Conclusion: Still: A Michael J. Fox Movie

Michael J. Fox wasn’t mandated to do any of the things he did, and yet after sharing his diagnosis with the world, he became a foremost champion of Parkinson’s research raising more than $1 billion to date!

In one particularly vulnerable moment, Fox admits his world is getting smaller. He loves his mind and where it takes him, and obviously he doesn’t want to lose that capacity. Maybe somewhere inside of him, there is the desire to do this documentary as a living record of his life and his memories.

For now, he’s comfortable being who he is. He can’t help being anyone else because his body won’t allow it. Yes, his walking still freaks people out from time to time, but he won’t hide it so the chips fall where they may. People can react however they want.
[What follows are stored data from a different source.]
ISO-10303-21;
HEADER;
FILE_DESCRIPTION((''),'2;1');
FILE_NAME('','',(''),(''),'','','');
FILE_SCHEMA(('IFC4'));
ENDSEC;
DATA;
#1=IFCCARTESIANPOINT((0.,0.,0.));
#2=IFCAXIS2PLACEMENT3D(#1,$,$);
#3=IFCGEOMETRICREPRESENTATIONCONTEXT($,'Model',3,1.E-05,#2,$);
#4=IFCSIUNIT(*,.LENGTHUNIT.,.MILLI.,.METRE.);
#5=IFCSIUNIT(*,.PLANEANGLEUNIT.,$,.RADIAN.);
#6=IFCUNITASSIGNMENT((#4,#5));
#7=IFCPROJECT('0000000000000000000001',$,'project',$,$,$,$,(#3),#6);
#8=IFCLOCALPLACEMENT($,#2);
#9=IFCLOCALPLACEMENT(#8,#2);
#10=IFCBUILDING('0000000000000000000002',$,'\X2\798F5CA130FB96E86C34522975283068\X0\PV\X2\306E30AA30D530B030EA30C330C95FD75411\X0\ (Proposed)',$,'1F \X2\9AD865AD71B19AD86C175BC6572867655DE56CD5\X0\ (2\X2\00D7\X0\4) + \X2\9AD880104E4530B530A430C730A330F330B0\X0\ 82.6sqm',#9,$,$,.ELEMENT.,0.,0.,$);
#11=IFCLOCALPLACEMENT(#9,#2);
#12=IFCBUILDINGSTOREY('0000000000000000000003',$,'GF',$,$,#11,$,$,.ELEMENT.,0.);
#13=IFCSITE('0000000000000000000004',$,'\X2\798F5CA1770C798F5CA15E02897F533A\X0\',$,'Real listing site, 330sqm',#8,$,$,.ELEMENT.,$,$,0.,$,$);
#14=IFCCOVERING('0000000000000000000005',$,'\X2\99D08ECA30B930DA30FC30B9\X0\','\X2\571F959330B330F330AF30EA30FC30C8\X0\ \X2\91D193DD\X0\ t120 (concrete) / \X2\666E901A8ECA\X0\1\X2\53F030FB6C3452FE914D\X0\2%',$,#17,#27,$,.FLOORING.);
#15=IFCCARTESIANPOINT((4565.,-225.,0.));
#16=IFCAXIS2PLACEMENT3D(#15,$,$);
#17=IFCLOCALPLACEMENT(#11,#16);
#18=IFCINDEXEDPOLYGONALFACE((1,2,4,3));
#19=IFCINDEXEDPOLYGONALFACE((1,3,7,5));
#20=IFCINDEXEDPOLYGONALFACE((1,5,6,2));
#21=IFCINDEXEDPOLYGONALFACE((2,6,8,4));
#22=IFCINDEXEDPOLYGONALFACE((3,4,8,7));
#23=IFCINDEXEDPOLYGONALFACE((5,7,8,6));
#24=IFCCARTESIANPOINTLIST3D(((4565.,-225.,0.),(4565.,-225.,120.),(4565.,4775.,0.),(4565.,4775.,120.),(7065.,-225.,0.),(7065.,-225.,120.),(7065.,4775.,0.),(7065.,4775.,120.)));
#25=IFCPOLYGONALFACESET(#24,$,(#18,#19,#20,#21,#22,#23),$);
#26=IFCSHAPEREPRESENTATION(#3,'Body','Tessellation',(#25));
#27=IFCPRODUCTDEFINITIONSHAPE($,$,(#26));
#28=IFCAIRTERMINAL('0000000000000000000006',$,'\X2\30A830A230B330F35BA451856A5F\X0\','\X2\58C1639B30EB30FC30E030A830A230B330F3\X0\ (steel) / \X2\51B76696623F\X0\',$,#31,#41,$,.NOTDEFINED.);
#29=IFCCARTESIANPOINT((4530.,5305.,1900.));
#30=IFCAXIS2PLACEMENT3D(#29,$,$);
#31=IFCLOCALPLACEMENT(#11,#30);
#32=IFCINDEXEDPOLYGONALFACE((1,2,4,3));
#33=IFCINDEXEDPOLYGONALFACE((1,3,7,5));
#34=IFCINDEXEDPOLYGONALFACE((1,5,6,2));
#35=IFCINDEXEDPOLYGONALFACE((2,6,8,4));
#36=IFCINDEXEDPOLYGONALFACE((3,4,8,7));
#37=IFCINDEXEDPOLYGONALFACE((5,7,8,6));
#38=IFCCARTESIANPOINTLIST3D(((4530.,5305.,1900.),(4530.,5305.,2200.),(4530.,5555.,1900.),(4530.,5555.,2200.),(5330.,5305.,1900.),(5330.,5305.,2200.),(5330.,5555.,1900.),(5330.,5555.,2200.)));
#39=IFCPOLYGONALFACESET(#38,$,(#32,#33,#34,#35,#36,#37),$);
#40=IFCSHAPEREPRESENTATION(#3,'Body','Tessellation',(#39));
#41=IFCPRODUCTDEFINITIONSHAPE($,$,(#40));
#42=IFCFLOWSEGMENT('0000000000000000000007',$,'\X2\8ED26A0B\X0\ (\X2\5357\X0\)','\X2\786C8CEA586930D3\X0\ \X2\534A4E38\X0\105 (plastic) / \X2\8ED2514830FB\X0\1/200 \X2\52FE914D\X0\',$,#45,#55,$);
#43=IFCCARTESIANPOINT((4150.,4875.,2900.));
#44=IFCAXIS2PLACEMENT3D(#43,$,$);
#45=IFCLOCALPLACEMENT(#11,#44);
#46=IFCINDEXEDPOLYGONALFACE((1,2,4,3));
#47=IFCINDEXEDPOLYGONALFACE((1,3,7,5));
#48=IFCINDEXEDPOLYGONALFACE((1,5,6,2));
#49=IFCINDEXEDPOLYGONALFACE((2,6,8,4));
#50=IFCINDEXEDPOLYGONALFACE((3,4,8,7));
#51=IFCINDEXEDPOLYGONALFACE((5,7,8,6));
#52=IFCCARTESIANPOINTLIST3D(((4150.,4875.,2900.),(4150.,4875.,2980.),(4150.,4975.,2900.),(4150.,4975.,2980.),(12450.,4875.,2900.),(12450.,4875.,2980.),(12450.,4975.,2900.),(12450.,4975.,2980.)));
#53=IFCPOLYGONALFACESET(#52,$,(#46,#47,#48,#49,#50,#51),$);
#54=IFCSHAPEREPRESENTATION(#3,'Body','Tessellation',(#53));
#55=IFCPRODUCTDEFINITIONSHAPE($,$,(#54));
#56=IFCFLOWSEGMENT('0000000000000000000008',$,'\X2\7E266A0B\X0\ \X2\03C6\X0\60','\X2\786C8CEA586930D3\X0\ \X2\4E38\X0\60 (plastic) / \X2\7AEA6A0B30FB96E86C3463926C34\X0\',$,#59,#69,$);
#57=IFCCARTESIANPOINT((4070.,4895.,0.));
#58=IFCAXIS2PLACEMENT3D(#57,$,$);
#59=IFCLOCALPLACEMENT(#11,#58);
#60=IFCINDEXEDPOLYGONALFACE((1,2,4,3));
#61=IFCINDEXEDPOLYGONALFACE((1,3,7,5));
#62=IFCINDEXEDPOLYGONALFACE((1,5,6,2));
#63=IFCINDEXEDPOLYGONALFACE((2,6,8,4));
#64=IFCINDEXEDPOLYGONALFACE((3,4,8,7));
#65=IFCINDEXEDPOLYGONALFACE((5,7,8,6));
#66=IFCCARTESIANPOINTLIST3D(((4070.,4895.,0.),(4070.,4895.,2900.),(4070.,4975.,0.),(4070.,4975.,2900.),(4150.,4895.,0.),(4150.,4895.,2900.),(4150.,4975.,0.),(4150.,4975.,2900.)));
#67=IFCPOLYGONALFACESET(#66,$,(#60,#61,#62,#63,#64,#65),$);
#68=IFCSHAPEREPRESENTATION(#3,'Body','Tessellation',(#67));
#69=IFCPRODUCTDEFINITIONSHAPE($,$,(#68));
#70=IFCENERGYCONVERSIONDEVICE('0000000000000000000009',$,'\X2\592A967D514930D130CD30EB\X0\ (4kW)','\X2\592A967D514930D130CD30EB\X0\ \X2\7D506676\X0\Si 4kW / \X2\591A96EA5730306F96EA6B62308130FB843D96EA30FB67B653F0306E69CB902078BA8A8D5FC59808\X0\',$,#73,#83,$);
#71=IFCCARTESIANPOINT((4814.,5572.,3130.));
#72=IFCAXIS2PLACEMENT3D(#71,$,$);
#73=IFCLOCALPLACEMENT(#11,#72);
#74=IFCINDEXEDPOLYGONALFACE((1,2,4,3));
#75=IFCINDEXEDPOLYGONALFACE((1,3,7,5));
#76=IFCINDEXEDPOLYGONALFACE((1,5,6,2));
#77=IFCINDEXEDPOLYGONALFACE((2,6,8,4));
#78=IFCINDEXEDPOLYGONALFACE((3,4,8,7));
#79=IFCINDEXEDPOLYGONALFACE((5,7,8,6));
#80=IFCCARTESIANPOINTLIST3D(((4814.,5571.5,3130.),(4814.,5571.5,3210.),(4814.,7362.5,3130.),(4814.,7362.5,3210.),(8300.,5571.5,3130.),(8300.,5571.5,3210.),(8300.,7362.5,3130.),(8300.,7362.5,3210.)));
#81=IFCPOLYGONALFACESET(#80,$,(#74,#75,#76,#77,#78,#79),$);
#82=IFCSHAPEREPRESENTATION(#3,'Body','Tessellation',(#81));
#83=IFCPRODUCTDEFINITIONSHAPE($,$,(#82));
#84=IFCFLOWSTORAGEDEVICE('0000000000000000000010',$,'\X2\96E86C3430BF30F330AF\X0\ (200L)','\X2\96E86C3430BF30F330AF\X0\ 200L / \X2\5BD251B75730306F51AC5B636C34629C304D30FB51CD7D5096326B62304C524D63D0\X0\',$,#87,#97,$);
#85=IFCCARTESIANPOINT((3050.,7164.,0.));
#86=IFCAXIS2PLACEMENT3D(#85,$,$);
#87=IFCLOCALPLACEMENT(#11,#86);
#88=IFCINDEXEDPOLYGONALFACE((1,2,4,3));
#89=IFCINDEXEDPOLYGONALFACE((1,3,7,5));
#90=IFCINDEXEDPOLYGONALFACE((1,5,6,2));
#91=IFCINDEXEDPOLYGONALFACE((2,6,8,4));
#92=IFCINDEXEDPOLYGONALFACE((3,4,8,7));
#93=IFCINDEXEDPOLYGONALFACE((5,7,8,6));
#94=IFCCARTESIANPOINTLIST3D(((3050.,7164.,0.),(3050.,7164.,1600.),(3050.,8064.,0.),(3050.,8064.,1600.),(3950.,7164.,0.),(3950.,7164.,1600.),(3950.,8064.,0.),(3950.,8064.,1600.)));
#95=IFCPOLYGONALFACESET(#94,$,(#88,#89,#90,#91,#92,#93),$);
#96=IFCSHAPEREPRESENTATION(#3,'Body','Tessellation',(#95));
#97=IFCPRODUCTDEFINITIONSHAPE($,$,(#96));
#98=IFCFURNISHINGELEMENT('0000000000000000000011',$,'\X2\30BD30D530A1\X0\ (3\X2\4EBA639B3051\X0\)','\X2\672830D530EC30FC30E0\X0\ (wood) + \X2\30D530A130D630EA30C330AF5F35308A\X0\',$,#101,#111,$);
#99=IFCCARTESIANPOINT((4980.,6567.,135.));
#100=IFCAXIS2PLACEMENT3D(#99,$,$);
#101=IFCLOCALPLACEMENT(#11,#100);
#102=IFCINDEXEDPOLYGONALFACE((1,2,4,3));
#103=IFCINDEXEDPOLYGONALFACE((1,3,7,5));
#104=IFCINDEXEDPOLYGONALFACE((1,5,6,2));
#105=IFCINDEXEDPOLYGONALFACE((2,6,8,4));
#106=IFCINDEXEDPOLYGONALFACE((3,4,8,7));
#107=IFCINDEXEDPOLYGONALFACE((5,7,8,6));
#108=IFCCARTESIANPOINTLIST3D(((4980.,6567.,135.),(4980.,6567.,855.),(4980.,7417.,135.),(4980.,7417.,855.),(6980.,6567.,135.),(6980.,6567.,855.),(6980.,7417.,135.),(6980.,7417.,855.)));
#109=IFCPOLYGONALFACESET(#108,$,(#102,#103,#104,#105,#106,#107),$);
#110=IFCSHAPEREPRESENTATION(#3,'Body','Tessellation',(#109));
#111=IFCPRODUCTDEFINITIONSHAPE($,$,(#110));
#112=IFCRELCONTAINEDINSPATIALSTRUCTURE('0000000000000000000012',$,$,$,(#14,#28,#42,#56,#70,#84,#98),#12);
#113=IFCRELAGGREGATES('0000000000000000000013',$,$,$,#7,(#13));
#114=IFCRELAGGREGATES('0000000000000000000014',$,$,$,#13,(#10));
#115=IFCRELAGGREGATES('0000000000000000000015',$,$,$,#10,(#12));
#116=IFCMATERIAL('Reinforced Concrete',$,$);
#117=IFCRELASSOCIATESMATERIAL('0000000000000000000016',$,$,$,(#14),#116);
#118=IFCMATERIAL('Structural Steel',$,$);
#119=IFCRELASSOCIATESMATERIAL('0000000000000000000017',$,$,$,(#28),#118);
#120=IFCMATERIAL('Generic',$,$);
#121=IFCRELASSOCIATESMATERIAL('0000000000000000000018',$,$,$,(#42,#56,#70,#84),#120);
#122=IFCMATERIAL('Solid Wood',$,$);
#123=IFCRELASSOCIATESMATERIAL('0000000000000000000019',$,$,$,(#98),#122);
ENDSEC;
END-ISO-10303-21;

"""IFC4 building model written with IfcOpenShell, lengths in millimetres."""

from ifc_helpers import new_model, si_unit, frame, frame_2d, origin, place, context, project, spatial, rectangle, extrude, material, element, save


model = new_model("IFC4")

# Units and contexts
model_context = context("Model", 3, precision=1e-05, world=origin())
ifc_project = project(units=[si_unit("LENGTHUNIT", "METRE", prefix="MILLI"), si_unit("PLANEANGLEUNIT", "RADIAN")], contexts=[model_context])

# Site, building, storey
site_placement = place(None, origin())
site = spatial("IfcSite", under=ifc_project, at=site_placement, Name="福岡県福岡市西区", ObjectType="Real listing site, 330sqm", CompositionType="ELEMENT", RefElevation=0.0)
building_placement = place(site_placement, origin())
building = spatial("IfcBuilding", under=site, at=building_placement, Name="福岡・雨水利用とPVのオフグリッド志向 (Proposed)", ObjectType="1F 高断熱高気密在来工法 (2×4) + 高耐久サイディング 82.6sqm", CompositionType="ELEMENT", ElevationOfRefHeight=0.0, ElevationOfTerrain=0.0)
storey_placement = place(building_placement, origin())
storey = spatial("IfcBuildingStorey", under=building, at=storey_placement, Name="GF", CompositionType="ELEMENT", Elevation=0.0)

# Shared definitions
ifc_material_1 = material(Name="Solid Wood")

# Shared definitions
ifc_material_2 = material(Name="Reinforced Concrete")

# Shared definitions
ifc_material_3 = material(Name="Structural Steel")

# Covering
ifc_material_4 = material(Name="Generic")
covering_1_placement = place(storey_placement, frame((4565.0, -225.0, 0.0)))
element("IfcCovering", 1, at=covering_1_placement, inside=storey, material=ifc_material_2, Name="駐車スペース", Description="土間コンクリート 金鏝 t120 (concrete) / 普通車1台・水勾配2%", PredefinedType="FLOORING", context=model_context, shape_type="SweptSolid", body=[
    extrude(rectangle(XDim=2500.0, YDim=5000.0, at=frame_2d((1250.0, 2500.0))), frame((4565.0, -225.0, 0.0)), (0.0, 0.0, 1.0), 120.0),
])

# Air terminal
air_terminal_placement = place(storey_placement, frame((4530.0, 5305.0, 1900.0)))
element("IfcAirTerminal", 2, at=air_terminal_placement, inside=storey, material=ifc_material_3, Name="エアコン室内機", Description="壁掛ルームエアコン (steel) / 冷暖房", PredefinedType="NOTDEFINED", context=model_context, shape_type="SweptSolid", body=[
    extrude(rectangle(XDim=800.0, YDim=250.0, at=frame_2d((400.0, 125.0))), frame((4530.0, 5305.0, 1900.0)), (0.0, 0.0, 1.0), 300.0),
])

# Flow segments
flow_segment_1_placement = place(storey_placement, frame((4150.0, 4875.0, 2900.0)))
element("IfcFlowSegment", 3, at=flow_segment_1_placement, inside=storey, material=ifc_material_4, Name="軒樋 (南)", Description="硬質塩ビ 半丸105 (plastic) / 軒先・1/200 勾配", context=model_context, shape_type="SweptSolid", body=[
    extrude(rectangle(XDim=8300.0, YDim=100.0, at=frame_2d((4150.0, 50.0))), frame((4150.0, 4875.0, 2900.0)), (0.0, 0.0, 1.0), 80.0),
])
flow_segment_2_placement = place(storey_placement, frame((4070.0, 4895.0, 0.0)))
element("IfcFlowSegment", 4, at=flow_segment_2_placement, inside=storey, material=ifc_material_4, Name="縦樋 φ60", Description="硬質塩ビ 丸60 (plastic) / 竪樋・雨水排水", context=model_context, shape_type="SweptSolid", body=[
    extrude(rectangle(XDim=80.0, YDim=80.0, at=frame_2d((40.0, 40.0))), frame((4070.0, 4895.0, 0.0)), (0.0, 0.0, 1.0), 2900.0),
])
Even as he battles day-to-day with the realities of the disease — his body rarely works the way he wants it to — it’s a joy to see Fox surrounded by his family and armed with the same sense of humor. It would be easy to look at his great success and bitter misfortune and pity him for the latter.

But as he continues to be in the public eye, always active with new projects and appearances, my bet is Michael J. Fox considers himself a prince more than a pauper. He tells the camera with a wry smile, “I’m a tough S.O.B.” That he is. He’s also given the world a lot of joy, and he’s still on the move. I doubt that will stop any time soon.

Still: A Michael J. Fox Story is available to stream on Apple TV+.